Thought I'd give an update on my little rattie family. They are all doing great. The babies are away from mom. And the boys and girls are separated. The difference in personalities amazes me. The boys are so laid back and content to just lounge on me and sniff my mouth or nose or ears (kind of tickles when they stick their little noses in my ears!) And the girls are like little streaks of lightning when they are out. And watching them fight cracks me up! They don't hurt each other though. I let the girls spend time with Roxy and Cali because eventually they will all be housed together so I want them to get use to each other. Funniest thing last night. Like a dummy I decided to eat my hamburger while I was on the bed letting Roxy and Cali play. Got down to my last bite and Roxy promptly and quickly stole it right out of my hand! I cracked up! And then got worried that it might make her sick. But she's fine. Anyway. Here are the babies.
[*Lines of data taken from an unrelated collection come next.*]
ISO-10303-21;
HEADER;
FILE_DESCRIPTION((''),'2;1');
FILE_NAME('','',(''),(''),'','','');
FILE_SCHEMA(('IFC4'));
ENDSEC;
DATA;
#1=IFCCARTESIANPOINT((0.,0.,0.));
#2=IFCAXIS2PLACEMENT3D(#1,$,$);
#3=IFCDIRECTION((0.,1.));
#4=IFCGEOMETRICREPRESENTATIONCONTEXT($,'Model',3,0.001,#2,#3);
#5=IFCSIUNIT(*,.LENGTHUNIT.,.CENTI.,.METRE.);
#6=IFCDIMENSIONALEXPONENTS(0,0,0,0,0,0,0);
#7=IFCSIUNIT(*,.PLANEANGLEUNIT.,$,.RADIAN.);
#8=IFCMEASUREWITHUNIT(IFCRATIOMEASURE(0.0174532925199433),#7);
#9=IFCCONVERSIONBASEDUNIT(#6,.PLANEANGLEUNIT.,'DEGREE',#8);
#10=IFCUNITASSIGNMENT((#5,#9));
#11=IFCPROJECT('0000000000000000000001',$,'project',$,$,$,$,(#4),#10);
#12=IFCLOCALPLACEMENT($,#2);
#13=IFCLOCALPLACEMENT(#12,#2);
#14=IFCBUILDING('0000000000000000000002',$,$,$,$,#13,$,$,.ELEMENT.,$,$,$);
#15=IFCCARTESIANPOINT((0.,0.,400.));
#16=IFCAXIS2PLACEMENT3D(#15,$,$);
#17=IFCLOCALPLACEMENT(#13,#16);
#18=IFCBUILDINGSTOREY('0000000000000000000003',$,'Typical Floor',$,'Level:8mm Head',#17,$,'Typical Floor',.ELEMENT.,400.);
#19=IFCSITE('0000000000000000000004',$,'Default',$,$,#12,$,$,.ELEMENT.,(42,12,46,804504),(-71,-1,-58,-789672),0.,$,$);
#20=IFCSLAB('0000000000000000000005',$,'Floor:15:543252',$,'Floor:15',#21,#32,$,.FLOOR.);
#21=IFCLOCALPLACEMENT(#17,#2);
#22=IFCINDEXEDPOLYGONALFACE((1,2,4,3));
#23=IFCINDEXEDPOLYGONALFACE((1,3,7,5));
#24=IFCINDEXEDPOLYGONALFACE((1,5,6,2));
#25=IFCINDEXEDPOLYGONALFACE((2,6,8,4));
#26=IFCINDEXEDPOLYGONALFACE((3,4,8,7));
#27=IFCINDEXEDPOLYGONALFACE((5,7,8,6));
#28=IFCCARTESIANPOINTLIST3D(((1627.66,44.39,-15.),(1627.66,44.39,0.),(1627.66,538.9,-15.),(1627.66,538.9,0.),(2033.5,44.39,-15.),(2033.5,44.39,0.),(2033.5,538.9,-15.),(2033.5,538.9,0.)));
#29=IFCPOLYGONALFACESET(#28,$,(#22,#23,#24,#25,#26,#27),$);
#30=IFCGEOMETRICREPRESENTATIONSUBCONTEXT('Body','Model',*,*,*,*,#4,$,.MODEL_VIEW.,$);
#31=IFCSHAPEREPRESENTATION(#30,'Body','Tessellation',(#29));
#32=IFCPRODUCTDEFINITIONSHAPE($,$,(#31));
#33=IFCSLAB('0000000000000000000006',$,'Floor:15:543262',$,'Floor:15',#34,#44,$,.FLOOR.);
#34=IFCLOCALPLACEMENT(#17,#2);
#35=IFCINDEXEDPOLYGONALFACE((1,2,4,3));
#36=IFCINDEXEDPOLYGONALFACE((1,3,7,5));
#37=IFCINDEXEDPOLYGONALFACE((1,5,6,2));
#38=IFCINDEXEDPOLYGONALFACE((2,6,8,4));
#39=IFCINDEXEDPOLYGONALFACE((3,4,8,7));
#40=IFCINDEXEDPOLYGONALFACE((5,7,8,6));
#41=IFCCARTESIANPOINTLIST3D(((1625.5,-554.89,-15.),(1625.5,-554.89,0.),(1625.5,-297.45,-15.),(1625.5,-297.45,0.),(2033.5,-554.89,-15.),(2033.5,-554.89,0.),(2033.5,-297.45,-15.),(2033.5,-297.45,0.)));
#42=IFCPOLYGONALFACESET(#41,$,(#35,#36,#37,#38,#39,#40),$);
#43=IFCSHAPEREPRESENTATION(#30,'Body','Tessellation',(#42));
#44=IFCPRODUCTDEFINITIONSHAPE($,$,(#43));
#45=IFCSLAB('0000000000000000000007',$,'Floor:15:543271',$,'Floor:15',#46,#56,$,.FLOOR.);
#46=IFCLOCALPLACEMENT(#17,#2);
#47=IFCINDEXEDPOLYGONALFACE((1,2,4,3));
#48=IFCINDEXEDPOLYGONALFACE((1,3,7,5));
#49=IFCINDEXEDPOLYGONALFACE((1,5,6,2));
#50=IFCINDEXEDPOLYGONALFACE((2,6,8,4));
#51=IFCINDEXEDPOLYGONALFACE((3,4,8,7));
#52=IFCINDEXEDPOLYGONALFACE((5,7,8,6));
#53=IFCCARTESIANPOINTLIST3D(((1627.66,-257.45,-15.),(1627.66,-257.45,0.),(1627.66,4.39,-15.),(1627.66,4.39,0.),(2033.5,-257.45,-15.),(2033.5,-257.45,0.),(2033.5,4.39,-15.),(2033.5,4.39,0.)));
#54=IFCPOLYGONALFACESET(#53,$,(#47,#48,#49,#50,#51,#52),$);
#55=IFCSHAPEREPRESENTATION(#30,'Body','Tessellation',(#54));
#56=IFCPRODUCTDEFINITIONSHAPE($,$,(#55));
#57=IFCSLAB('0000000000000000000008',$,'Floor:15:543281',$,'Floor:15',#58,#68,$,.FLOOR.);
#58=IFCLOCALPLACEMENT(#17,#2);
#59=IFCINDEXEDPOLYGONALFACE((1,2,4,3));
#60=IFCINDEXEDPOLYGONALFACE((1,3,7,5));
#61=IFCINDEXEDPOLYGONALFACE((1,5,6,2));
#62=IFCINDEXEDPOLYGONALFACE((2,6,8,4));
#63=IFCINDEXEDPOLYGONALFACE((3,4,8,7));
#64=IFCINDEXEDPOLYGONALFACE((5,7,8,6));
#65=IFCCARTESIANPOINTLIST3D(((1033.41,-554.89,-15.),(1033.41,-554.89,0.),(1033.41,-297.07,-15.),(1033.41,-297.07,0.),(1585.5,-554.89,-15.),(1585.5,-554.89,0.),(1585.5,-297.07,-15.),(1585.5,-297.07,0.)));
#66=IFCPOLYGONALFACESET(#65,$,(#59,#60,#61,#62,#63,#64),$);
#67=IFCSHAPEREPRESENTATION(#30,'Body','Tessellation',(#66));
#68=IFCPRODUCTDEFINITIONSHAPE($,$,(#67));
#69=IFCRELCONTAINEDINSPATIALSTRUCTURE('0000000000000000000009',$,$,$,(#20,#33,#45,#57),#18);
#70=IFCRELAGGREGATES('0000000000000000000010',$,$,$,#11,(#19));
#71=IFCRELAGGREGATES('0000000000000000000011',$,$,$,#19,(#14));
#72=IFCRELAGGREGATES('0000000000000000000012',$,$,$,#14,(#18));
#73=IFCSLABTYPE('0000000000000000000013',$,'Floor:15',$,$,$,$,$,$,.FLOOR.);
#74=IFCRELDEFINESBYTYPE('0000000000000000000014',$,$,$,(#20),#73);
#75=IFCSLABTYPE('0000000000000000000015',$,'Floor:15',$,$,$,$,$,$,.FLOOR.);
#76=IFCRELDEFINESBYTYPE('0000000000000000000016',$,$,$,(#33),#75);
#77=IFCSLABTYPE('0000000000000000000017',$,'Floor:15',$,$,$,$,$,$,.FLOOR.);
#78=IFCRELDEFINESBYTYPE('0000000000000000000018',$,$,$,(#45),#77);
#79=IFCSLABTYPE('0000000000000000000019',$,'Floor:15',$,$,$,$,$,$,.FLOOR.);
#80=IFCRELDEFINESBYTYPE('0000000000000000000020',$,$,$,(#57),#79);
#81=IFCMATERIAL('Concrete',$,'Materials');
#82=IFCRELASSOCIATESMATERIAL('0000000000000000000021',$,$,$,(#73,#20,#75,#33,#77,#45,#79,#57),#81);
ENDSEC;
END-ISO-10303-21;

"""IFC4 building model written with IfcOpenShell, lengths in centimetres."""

from ifc_helpers import new_model, entity, si_unit, converted_unit, direction, frame, origin, place, context, subcontext, project, spatial, indexed_curve, outline, extrude, material, type_object, element, save


model = new_model("IFC4")

# Units and contexts
model_context = context("Model", 3, precision=0.001, world=origin(), true_north=direction((0.0, 1.0)))
body_context = subcontext(model_context, "Body", "Model", "MODEL_VIEW")
ifc_project = project(units=[si_unit("LENGTHUNIT", "METRE", prefix="CENTI"), converted_unit("PLANEANGLEUNIT", "DEGREE", entity("IfcRatioMeasure", 0.0174532925199433), si_unit("PLANEANGLEUNIT", "RADIAN"), dimensions=[0, 0, 0, 0, 0, 0, 0])], contexts=[model_context])

# Site, building, storey
site_placement = place(None, origin())
site = spatial("IfcSite", under=ifc_project, at=site_placement, Name="Default", CompositionType="ELEMENT", RefLatitude=(42, 12, 46, 804504), RefLongitude=(-71, -1, -58, -789672), RefElevation=0.0)
building_placement = place(site_placement, origin())
building = spatial("IfcBuilding", under=site, at=building_placement, CompositionType="ELEMENT")
storey_placement = place(building_placement, frame((0.0, 0.0, 400.0)))
storey = spatial("IfcBuildingStorey", under=building, at=storey_placement, Name="Typical Floor", ObjectType="Level:8mm Head", LongName="Typical Floor", CompositionType="ELEMENT", Elevation=400.0)

# Shared definitions
ifc_material = material(Name="Concrete", Category="Materials")

# Slabs
slab_type_1 = type_object("IfcSlabType", Name="Floor:15", PredefinedType="FLOOR", material=ifc_material)
slab_1_placement = place(storey_placement, origin())
element("IfcSlab", 1, at=slab_1_placement, inside=storey, type_object=slab_type_1, material=ifc_material, Name="Floor:15:543252", ObjectType="Floor:15", PredefinedType="FLOOR", context=body_context, shape_type="SweptSolid", body=[
    extrude(outline(indexed_curve([(-247.25, -202.92), (247.25, -202.92), (247.25, 202.92), (-247.25, 202.92), (-247.25, -202.92)], self_intersect=False)), frame((1830.58, 291.65, 0.0), z_axis=(0.0, 0.0, -1.0), x_axis=(0.0, 1.0, 0.0)), (0.0, 0.0, 1.0), 15.0),
])
slab_type_2 = type_object("IfcSlabType", Name="Floor:15", PredefinedType="FLOOR", material=ifc_material)
slab_2_placement = place(storey_placement, origin())
element("IfcSlab", 2, at=slab_2_placement, inside=storey, type_object=slab_type_2, material=ifc_material, Name="Floor:15:543262", ObjectType="Floor:15", PredefinedType="FLOOR", context=body_context, shape_type="SweptSolid", body=[
    extrude(outline(indexed_curve([(-128.72, -204.0), (128.72, -204.0), (128.72, 204.0), (-128.72, 204.0), (-128.72, -204.0)], self_intersect=False)), frame((1829.5, -426.17, 0.0), z_axis=(0.0, 0.0, -1.0), x_axis=(0.0, 1.0, 0.0)), (0.0, 0.0, 1.0), 15.0),
])
slab_type_3 = type_object("IfcSlabType", Name="Floor:15", PredefinedType="FLOOR", material=ifc_material)
slab_3_placement = place(storey_placement, origin())
element("IfcSlab", 3, at=slab_3_placement, inside=storey, type_object=slab_type_3, material=ifc_material, Name="Floor:15:543271", ObjectType="Floor:15", PredefinedType="FLOOR", context=body_context, shape_type="SweptSolid", body=[
    extrude(outline(indexed_curve([(-130.92, -202.92), (130.92, -202.92), (130.92, 202.92), (-130.92, 202.92), (-130.92, -202.92)], self_intersect=False)), frame((1830.58, -126.53, 0.0), z_axis=(0.0, 0.0, -1.0), x_axis=(0.0, 1.0, 0.0)), (0.0, 0.0, 1.0), 15.0),
])
slab_type_4 = type_object("IfcSlabType", Name="Floor:15", PredefinedType="FLOOR", material=ifc_material)
slab_4_placement = place(storey_placement, origin())
element("IfcSlab", 4, at=slab_4_placement, inside=storey, type_object=slab_type_4, material=ifc_material, Name="Floor:15:543281", ObjectType="Floor:15", PredefinedType="FLOOR", context=body_context, shape_type="SweptSolid", body=[
    extrude(outline(indexed_curve([(-128.91, -276.05), (128.91, -276.05), (128.91, 276.05), (-128.91, 276.05), (-128.91, -276.05)], self_intersect=False)), frame((1309.46, -425.98, 0.0), z_axis=(0.0, 0.0, -1.0), x_axis=(0.0, 1.0, 0.0)), (0.0, 0.0, 1.0), 15.0),
])

save(model, "model.ifc")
As you can see....couldn't keep the girls still long enough for good pics!


----------



## LittleSparrow (Apr 14, 2014)

They are adorable, I love their pink castle as well.


----------



## Roxy&Cali (Apr 27, 2014)

Squeezing in!! They looked so cute I had to post!


----------



## DustyRat (Jul 9, 2012)

Where did you get that castle?


----------



## Roxy&Cali (Apr 27, 2014)

DustyRat said:


> Where did you get that castle?


I got it at the thrift store! $2. Love the thrift store!


----------



## Roxy&Cali (Apr 27, 2014)

4 rats + 1 plastic flower pot = cozy little ratties.  The 5th one bailed out just as I was about to take the pic. Lol.


----------



## Roxy&Cali (Apr 27, 2014)

My girls today ♡♡♡♡The boys were camera shy


----------



## Mrs.Brisby (Jan 4, 2014)

They're all so adorable!


----------